大厅里,孩子们已经闹成了一团,臭臭最大,可他却不时的要看婷婷的眼色行事,总是充当婷婷的发令官和护花使者。
“小姑姑,这个给你玩。”臭臭拿过一个布娃娃塞到了婷婷的手里,婷婷默不作声的丢开娃娃,眼睛瞟向一把玩具小手枪。
臭臭察言观色的把小手枪拿了过来,刚要递给婷婷,璨璨歪歪扭扭的走了过来,一把抢了过去。
婷婷抬眸看了眼弟弟,两手撑着地面,速度极快的就站了起来,伸出小手就薅住了璨璨的衣领,眼看着璨璨就要摔倒,吓的凌韵诗连忙要去扶。
只见婷婷用力一拉,璨璨便稳住了身子。不等凌韵诗坐下,婷婷放开璨璨,蹲在地上拿起了那个自己不要的布娃娃塞给了璨璨,然后面无表情的把小手枪从璨璨的手中夺了过来。

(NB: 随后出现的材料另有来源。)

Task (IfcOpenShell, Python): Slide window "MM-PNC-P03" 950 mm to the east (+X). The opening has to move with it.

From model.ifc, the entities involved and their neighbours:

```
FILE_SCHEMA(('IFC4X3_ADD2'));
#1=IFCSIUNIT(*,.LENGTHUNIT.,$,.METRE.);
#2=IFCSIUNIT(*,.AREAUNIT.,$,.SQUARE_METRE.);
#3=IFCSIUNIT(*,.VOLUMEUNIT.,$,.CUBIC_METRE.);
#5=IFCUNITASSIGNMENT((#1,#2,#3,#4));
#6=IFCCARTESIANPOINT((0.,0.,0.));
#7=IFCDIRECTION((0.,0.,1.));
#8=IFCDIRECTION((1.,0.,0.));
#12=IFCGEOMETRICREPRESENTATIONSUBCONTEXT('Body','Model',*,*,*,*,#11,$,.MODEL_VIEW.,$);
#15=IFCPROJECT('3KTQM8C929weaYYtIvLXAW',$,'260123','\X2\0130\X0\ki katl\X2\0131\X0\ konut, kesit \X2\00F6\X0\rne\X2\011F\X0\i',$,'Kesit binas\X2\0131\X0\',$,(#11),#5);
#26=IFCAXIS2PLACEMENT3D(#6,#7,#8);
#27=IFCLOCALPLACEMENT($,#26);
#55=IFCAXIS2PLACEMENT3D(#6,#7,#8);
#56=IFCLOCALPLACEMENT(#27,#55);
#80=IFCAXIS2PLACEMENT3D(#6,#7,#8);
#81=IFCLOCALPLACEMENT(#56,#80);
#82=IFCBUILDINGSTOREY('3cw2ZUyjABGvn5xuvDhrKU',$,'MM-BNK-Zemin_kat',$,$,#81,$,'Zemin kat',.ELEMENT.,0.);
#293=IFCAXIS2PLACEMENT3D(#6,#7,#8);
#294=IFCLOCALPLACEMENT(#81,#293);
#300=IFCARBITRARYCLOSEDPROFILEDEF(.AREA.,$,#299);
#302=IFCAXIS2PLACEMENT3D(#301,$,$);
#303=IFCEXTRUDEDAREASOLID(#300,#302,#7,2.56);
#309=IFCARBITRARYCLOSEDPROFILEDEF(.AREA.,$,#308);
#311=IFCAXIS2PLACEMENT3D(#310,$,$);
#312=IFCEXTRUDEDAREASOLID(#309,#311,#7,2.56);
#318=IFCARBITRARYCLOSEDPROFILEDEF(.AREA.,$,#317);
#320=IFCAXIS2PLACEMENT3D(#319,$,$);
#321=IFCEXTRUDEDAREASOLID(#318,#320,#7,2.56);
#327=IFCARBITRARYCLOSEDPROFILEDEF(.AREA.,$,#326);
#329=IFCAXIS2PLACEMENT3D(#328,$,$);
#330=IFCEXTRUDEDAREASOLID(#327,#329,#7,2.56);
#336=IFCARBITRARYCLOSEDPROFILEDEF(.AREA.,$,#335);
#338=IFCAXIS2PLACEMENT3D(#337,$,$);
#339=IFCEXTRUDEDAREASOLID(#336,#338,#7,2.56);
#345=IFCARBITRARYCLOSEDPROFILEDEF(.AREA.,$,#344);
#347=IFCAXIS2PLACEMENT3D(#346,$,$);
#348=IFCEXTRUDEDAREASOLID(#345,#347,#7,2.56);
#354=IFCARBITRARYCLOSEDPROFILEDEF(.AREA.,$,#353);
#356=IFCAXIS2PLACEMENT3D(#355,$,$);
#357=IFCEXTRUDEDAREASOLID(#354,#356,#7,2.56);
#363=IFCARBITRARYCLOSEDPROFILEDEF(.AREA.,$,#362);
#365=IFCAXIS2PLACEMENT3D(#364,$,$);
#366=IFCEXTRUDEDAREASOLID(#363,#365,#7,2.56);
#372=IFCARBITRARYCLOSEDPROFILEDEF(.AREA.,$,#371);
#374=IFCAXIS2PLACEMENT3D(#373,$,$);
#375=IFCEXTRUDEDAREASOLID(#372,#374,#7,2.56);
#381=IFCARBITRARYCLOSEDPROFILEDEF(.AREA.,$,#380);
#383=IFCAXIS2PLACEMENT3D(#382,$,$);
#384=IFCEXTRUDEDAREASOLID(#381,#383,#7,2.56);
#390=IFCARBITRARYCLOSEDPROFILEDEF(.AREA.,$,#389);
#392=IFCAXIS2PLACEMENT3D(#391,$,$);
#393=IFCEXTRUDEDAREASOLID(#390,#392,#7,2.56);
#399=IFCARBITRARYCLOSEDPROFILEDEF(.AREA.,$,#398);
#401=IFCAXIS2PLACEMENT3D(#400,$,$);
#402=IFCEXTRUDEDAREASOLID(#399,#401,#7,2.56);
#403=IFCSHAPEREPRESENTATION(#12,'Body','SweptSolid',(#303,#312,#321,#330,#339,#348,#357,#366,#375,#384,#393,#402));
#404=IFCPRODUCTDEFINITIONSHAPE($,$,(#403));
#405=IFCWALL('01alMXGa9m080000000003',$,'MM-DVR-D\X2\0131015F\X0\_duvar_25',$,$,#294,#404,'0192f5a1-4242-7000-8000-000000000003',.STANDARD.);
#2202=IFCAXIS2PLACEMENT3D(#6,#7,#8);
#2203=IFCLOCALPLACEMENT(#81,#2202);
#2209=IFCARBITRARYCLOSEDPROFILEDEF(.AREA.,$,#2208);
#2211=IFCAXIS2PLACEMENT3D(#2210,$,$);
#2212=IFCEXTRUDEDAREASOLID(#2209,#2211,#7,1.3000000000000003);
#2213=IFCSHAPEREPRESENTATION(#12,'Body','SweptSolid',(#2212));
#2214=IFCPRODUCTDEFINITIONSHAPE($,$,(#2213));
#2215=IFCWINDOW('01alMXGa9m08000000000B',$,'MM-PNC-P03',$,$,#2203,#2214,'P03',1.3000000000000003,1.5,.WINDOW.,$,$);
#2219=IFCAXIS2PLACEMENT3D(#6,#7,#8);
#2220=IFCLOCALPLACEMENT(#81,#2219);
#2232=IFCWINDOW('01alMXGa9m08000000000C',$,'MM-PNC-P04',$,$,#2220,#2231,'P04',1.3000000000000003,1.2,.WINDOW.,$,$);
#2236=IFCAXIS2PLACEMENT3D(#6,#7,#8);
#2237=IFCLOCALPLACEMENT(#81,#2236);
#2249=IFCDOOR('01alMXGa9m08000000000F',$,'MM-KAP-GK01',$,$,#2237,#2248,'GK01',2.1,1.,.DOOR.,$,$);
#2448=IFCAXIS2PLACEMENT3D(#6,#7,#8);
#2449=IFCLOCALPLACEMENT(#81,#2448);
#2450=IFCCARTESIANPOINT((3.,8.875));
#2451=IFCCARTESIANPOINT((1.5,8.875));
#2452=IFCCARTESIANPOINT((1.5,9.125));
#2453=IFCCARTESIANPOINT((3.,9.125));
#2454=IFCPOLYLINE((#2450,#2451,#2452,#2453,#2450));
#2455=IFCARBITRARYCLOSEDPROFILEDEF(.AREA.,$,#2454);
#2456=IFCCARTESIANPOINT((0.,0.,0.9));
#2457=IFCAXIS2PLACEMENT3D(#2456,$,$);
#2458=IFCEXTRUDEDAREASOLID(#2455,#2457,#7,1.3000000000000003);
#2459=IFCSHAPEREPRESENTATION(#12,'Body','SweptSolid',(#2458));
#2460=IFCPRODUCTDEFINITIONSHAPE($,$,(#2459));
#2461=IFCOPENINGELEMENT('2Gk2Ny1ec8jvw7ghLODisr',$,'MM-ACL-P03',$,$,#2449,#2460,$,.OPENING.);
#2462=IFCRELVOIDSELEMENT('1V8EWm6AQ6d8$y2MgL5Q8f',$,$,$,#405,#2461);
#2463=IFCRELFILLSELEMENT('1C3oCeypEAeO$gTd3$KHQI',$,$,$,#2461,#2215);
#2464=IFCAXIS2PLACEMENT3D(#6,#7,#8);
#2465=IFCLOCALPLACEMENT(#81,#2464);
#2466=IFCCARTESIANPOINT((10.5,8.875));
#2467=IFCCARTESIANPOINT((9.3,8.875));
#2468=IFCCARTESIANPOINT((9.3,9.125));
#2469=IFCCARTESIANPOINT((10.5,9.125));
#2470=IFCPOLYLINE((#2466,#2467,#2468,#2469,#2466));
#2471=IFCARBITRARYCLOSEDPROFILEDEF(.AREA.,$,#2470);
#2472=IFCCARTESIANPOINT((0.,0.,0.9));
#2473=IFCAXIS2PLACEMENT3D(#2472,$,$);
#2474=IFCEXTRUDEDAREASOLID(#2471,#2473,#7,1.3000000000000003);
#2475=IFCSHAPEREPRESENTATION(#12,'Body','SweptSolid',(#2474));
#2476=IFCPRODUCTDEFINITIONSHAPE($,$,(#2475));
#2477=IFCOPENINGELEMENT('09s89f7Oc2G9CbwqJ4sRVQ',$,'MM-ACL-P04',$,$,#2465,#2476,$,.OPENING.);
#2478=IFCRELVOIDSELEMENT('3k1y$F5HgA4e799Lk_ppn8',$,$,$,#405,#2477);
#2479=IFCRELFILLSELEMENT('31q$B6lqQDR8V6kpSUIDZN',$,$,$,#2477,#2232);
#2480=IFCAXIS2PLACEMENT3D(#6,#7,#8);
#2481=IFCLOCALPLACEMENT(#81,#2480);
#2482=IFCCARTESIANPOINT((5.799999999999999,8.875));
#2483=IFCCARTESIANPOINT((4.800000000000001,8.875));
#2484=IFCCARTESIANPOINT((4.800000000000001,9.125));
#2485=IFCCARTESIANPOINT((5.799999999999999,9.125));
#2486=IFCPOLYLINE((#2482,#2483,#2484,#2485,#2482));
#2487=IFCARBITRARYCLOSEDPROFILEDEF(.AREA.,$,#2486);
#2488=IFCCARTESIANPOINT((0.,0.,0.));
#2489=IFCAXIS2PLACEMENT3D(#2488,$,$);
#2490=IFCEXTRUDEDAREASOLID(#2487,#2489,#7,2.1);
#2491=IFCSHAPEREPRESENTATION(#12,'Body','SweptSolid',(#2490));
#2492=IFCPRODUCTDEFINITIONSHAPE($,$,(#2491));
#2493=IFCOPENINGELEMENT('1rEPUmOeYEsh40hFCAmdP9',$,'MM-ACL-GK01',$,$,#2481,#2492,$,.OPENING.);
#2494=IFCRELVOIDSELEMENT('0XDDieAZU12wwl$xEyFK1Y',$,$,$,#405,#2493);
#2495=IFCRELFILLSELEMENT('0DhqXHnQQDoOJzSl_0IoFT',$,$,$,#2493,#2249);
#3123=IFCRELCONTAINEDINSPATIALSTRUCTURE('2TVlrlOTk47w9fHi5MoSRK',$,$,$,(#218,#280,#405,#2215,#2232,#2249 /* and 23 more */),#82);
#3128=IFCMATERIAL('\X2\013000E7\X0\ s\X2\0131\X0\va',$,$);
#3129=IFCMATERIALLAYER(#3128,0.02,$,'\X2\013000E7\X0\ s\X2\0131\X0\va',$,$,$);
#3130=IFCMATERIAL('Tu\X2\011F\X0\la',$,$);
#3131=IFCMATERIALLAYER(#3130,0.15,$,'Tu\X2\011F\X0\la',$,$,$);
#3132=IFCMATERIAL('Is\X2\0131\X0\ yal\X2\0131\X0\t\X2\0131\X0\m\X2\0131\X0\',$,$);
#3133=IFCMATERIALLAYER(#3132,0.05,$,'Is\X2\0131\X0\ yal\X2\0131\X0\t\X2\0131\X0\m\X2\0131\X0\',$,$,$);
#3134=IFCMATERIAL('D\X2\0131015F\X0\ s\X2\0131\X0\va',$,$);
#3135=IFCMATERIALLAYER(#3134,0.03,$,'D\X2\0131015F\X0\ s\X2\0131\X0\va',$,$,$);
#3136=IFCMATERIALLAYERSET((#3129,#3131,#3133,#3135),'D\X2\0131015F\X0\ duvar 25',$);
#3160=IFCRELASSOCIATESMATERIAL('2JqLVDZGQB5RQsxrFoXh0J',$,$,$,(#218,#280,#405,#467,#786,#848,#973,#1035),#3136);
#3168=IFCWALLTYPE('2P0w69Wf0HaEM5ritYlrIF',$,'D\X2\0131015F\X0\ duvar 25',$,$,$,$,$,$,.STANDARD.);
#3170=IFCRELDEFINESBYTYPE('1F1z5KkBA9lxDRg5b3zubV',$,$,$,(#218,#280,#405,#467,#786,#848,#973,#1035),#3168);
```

```python
import ifcopenshell
import ifcopenshell.api.geometry
import ifcopenshell.util.placement

model = ifcopenshell.open("model.ifc")

window = model.by_id(2215)
opening = window.FillsVoids[0].RelatingOpeningElement
wall = opening.VoidsElements[0].RelatingBuildingElement

wall_matrix = ifcopenshell.util.placement.get_local_placement(wall.ObjectPlacement)
shift = wall_matrix[:3, 0] * 0.95
before = ifcopenshell.util.placement.get_local_placement(window.ObjectPlacement)[:3, 3].copy()

# The window is not placed relative to its opening, so move both.
for product in (opening, window):
    matrix = ifcopenshell.util.placement.get_local_placement(product.ObjectPlacement)
    matrix[:3, 3] += shift
    ifcopenshell.api.geometry.edit_object_placement(model, product=product, matrix=matrix, is_si=False)

after = ifcopenshell.util.placement.get_local_placement(window.ObjectPlacement)[:3, 3]
print("window moved by", (after - before).round(3) + 0.0)

model.write("model_updated.ifc")
```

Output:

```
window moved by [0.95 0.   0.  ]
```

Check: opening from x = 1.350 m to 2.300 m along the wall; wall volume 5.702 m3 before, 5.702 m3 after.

大人们默不作声的看着这姐弟俩,想看看璨璨会是什么表现。
璨璨四周看了圈,见没人肯帮自己,扁了扁小嘴,想哭。
婷婷绷着小脸儿,挤出了一个字:“憋!”然后甩着两条小短腿便走到角落里坐了下来。
璨璨看着姐姐,小嘴唇颤了下,还真把就要流出来的泪水憋了回去。
“哈哈哈……”墨宝笑的不行,扭头看向已经进来的月牙儿,“难得听婷婷开口说话,婷婷刚才说了什么,这么好使。”

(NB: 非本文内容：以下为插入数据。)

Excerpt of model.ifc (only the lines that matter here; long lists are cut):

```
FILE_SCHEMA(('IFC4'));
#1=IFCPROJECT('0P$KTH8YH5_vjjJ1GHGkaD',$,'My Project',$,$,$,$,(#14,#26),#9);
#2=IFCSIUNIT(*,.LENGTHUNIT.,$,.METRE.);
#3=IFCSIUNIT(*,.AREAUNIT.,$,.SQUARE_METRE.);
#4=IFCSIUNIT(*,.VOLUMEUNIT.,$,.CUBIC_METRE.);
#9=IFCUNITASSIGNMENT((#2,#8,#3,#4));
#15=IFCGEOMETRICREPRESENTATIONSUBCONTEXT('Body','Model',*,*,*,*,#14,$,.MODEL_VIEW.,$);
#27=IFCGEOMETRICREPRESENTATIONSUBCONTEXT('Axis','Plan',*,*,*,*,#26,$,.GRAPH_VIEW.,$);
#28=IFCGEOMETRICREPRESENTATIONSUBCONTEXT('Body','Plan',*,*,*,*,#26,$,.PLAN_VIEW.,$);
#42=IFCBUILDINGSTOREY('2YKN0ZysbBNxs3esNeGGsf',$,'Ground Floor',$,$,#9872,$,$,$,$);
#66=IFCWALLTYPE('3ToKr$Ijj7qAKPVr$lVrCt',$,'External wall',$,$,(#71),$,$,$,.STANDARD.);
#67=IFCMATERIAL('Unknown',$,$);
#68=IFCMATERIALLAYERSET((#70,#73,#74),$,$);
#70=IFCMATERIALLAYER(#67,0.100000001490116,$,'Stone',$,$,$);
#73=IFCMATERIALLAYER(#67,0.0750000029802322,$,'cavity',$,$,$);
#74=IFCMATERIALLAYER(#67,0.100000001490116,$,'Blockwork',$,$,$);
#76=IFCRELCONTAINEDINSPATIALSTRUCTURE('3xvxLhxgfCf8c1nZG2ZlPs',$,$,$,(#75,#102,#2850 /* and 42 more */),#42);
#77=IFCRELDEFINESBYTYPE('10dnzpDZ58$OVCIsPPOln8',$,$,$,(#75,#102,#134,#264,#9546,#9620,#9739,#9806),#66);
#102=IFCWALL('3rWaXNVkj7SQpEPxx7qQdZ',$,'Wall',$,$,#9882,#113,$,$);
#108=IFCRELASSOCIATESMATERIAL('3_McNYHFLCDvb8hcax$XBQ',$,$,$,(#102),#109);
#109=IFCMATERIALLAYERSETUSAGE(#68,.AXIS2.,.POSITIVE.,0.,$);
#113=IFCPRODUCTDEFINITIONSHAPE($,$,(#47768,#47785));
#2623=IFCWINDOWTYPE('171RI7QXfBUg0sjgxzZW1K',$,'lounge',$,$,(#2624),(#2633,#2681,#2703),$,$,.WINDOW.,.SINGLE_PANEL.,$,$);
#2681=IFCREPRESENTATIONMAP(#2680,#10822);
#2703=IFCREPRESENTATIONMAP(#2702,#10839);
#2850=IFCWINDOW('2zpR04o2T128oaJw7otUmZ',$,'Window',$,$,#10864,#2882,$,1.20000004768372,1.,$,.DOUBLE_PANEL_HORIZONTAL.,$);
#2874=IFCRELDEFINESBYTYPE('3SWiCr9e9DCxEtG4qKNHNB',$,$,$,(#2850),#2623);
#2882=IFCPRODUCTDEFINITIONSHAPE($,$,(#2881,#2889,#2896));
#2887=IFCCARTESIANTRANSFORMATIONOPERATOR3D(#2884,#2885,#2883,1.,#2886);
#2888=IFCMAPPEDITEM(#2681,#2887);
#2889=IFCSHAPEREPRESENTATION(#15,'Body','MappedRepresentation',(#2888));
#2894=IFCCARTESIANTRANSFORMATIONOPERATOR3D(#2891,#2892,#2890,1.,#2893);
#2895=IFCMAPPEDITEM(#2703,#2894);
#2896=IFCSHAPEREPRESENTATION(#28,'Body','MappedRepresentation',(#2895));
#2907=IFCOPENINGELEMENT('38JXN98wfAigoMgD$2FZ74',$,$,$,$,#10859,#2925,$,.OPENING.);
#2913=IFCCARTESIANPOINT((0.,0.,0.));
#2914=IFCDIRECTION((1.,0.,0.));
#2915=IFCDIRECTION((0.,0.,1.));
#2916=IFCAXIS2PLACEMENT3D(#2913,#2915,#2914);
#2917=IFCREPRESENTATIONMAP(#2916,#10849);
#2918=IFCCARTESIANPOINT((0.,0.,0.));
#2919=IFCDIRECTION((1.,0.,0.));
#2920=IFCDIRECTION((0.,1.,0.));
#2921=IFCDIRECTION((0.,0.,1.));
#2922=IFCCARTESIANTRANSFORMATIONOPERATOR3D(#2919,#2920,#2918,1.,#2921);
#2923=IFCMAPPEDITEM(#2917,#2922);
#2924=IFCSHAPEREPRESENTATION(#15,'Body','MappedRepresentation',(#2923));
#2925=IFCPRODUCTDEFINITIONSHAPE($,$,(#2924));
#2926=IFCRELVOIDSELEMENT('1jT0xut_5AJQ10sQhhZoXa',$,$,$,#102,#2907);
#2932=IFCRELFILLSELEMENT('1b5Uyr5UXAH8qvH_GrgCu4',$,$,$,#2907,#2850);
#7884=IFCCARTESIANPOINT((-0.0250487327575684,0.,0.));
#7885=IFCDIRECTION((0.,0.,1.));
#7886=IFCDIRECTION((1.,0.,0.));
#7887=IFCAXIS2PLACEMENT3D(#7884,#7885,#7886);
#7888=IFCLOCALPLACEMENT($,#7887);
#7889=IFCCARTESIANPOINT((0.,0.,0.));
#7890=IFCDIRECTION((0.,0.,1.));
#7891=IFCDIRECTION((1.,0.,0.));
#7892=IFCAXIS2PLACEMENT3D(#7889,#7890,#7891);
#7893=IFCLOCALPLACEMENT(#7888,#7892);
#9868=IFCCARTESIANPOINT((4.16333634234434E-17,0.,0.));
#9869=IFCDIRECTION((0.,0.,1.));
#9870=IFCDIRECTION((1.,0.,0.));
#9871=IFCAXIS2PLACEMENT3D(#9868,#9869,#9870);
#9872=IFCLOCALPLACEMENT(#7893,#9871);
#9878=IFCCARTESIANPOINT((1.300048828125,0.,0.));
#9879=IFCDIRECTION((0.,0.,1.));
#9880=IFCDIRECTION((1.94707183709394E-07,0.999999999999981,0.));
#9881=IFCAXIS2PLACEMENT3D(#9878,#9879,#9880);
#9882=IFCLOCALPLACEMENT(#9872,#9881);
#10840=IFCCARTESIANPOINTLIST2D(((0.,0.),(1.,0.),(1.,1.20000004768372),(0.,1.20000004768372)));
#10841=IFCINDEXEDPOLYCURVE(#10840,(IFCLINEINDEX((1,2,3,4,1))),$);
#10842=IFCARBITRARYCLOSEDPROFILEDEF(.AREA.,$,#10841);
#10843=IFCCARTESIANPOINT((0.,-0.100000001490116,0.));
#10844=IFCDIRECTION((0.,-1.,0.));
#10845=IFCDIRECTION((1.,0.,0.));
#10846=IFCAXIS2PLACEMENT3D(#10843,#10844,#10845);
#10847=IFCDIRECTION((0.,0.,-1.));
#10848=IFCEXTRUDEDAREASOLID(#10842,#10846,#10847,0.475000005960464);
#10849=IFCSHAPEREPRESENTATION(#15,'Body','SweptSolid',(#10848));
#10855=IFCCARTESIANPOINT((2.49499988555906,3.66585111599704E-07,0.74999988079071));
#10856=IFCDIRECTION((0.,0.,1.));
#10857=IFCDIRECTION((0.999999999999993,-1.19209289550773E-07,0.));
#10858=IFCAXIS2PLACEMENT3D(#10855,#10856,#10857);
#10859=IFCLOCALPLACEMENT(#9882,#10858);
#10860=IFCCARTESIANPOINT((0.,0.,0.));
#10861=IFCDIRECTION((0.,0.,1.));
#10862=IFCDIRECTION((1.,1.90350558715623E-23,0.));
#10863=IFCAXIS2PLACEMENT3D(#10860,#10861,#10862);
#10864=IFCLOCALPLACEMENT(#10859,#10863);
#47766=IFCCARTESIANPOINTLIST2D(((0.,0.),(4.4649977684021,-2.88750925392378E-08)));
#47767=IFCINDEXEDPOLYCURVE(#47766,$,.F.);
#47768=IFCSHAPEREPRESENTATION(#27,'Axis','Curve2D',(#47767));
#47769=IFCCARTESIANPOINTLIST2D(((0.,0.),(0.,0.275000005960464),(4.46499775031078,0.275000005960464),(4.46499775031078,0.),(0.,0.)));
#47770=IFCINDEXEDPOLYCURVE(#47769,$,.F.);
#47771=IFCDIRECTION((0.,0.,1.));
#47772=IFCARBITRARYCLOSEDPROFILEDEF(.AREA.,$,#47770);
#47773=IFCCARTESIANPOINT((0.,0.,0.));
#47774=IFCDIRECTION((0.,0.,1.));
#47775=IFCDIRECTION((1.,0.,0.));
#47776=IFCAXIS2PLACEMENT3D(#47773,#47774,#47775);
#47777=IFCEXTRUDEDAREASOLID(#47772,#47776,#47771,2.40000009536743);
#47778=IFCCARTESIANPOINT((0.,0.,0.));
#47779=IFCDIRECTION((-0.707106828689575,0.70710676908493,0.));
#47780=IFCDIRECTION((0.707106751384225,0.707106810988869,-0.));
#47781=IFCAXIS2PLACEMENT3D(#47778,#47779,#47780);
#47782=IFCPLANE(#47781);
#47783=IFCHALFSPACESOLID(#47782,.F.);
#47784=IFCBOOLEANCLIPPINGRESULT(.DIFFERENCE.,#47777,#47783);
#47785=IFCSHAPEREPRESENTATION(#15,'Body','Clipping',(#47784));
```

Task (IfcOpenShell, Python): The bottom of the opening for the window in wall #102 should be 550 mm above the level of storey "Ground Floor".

```python
import numpy as np
import ifcopenshell
import ifcopenshell.api.geometry
import ifcopenshell.geom
import ifcopenshell.util.element
import ifcopenshell.util.placement
import ifcopenshell.util.shape
import ifcopenshell.util.unit

model = ifcopenshell.open("model.ifc")
unit_scale = ifcopenshell.util.unit.calculate_unit_scale(model)

window = model.by_guid("2zpR04o2T128oaJw7otUmZ")
opening = window.FillsVoids[0].RelatingOpeningElement
storey = ifcopenshell.util.element.get_container(window, ifc_class="IfcBuildingStorey")
level = ifcopenshell.util.placement.get_local_placement(storey.ObjectPlacement)[2, 3]

# The opening's origin need not be at the sill, so measure its lowest point.
shape = ifcopenshell.geom.create_shape(ifcopenshell.geom.settings(), opening)
bottom = ifcopenshell.util.shape.get_shape_bottom_elevation(shape, shape.geometry) / unit_scale
dz = level + 0.55 / unit_scale - bottom

shift = np.array([0.0, 0.0, dz])
# The window is placed relative to its opening, so it follows when the opening moves.
matrix = ifcopenshell.util.placement.get_local_placement(opening.ObjectPlacement)
matrix[:3, 3] += shift
ifcopenshell.api.geometry.edit_object_placement(
    model, product=opening, matrix=matrix, is_si=False, should_transform_children=True
)

print(f"moved by {dz * unit_scale:+.3f} m")

model.write("model_rev.ifc")
```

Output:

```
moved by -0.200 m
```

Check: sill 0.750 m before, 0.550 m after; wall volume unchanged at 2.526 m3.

“憋!”月牙儿笑道:“在家她就这个字说的多,璨璨只要一哭,她就警告璨璨。”
“那璨璨要是不听呢?”郎雨轩好奇的问道。
“不听就一屁股坐在他的脸上,什么时候不哭什么时候起来。”月牙儿笑着坐了下来,看向婷婷,“冷楚婷,你看甜甜自己玩,多孤单,你去陪陪她好吗?”
婷婷听见妈妈喊自己的大名,撩起眼皮看了眼小小五,见她怀里抱着一个芭比娃娃,眼中现出了犹豫之色,闷头想了下,看向璨璨,“璨,去!”
“不!”璨璨的气还没消呢,丢下手中的娃娃,晃晃悠悠的走向悦悦。
“璨!”婷婷蹙着小眉头看向弟弟。
璨璨嘟着嘴,看了眼姐姐,硬是在婷婷的怒视下走向甜甜。
悦悦见璨璨不陪自己玩了,撅着小嘴爬向毛毛和嘟嘟,毛毛忙护住自己的玩具,伸出小脚去踢悦悦,悦悦不肯吃亏的去打毛毛,嘟嘟一看就不干了,伸手帮着三哥去打悦悦,琪琪见两个弟弟和悦悦打了起来,也跑过来帮忙。
郎雨轩起身要去拉架,托马斯也想把儿子解救出来,墨贝站在一旁却没心没肺的笑了起来,“都别管,又打不坏,让他们自己解决去。”
婷婷和璨璨见悦悦被三打一,姐弟俩同时冲向战场,婷婷嫌走路慢,直接用爬的,手脚并用,上来就先扑倒了毛毛,尔后一屁股把毛毛坐在了身下。